L2 · The Agent Angle

Vector-as-feature beat vector-as-product

2021–23: VC funded ANN as a database category.
By 2025: pgvector, Elasticsearch, MongoDB, Redis, SQLite, every warehouse.
Agent retrieval never arrives alone: similarity joined with predicates, freshness, transactions.
Filtered ANN is open research: filter out 99% and the graph disconnects.
Solving it needs a query planner — B-trees were never a company.

Recall is the fourth resource.
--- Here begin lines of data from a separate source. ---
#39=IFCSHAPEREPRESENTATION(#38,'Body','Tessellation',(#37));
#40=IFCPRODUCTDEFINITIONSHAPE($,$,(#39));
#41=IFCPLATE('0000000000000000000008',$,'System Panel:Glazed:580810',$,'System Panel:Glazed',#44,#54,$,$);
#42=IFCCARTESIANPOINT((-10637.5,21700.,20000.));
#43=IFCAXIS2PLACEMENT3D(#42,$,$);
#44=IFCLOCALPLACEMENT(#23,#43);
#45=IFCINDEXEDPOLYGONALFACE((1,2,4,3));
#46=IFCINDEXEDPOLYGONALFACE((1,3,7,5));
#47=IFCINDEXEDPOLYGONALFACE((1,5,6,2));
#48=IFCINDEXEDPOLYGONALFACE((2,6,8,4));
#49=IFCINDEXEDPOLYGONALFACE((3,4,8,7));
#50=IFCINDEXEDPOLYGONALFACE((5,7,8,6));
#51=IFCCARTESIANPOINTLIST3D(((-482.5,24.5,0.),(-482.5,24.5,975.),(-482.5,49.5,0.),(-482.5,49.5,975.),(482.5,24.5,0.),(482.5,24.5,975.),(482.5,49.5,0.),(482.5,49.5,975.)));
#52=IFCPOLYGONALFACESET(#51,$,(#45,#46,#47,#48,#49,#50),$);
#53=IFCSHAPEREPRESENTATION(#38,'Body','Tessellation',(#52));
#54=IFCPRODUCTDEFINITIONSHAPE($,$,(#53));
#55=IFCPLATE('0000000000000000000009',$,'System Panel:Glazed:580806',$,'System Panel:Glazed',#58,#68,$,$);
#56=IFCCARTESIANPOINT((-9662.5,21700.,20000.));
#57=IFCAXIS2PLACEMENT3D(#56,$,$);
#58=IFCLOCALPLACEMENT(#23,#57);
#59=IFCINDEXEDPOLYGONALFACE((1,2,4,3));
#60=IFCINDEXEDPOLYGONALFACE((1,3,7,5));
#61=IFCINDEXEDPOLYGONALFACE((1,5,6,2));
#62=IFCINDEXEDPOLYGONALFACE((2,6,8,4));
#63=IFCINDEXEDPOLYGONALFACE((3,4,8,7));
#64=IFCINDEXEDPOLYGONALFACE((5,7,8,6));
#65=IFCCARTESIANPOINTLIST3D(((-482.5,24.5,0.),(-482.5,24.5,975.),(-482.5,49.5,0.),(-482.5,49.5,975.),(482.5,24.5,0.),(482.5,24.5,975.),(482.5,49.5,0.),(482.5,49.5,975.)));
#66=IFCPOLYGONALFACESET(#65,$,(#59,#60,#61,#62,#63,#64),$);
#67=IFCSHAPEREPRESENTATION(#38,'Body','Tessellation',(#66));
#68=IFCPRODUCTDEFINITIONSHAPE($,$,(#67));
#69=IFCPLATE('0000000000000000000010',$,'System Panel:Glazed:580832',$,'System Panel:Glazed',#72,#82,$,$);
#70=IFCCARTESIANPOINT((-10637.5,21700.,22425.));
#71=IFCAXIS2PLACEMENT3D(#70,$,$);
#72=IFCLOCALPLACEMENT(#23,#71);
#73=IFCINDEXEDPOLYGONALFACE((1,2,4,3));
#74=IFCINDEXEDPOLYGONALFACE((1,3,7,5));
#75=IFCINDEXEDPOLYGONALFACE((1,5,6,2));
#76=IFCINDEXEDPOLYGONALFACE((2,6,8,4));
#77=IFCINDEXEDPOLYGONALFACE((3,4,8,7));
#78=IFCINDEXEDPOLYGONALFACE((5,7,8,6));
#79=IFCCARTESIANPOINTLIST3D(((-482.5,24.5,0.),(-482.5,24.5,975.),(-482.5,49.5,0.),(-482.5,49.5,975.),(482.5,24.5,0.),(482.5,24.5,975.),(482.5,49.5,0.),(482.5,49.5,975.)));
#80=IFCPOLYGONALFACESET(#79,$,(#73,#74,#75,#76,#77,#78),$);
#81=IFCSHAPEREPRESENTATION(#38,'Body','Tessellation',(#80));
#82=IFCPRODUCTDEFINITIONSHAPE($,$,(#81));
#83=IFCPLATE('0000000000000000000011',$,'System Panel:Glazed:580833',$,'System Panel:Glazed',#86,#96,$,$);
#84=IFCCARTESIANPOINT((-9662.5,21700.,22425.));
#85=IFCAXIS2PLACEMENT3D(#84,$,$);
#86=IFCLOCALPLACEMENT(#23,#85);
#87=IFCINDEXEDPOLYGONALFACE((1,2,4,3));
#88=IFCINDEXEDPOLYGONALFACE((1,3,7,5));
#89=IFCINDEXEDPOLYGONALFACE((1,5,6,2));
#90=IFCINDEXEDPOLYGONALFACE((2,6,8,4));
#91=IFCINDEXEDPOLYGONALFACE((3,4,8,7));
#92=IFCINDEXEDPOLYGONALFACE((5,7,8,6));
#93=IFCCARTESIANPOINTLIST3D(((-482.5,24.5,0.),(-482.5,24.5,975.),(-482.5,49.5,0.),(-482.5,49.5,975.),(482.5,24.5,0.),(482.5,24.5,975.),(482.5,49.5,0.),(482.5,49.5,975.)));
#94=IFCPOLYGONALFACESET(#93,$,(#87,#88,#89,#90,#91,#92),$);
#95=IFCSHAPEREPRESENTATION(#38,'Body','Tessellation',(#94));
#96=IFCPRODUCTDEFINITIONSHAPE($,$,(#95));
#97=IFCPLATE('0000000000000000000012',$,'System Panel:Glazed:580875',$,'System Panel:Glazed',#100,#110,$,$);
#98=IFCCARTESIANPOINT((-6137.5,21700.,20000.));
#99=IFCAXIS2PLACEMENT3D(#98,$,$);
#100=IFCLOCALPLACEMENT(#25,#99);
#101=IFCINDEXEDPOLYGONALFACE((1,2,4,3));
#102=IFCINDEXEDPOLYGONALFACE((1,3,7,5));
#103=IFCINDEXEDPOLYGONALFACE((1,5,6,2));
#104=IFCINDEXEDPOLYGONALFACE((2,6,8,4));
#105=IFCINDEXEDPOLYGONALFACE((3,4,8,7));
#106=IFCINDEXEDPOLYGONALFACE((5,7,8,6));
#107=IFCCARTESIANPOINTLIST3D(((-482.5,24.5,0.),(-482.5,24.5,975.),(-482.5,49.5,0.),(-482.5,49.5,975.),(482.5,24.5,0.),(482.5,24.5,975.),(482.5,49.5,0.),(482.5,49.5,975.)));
You don’t maximize it — you budget it, query by query, like CPU.

— Week 6 lecture notes, DATA 2027

L2 · Checkpoint

Discussion questions

For 1B × 768d float32: raw storage, HNSW DRAM footprint (M = 32), and DiskANN’s PQ RAM at 32 B/vector — do the budgets by hand.
Where does the no-re-rank IVF-PQ recall curve plateau, and which PQ error term explains the ceiling?
Filtered ANN: as label selectivity drops 50% → 0.1%, where do post-filter and pre-filter cross — and what would an optimizer need to choose automatically?

L2 · Readings

Read before Thursday

Product Quantization for Nearest Neighbor Search — Jégou, Douze & Schmid, TPAMI 2011. Work §III until the 256¹⁶ trick feels obvious.
Efficient and Robust ANN Search Using HNSW Graphs — Malkov & Yashunin, TPAMI 2018. Focus on Alg. 4 and layer assignment; note the memory model.
DiskANN: Billion-point Search on a Single Node — Subramanya et al., NeurIPS 2019. Read for systems decisions: why α > 1, why PQ steers while SSD stores.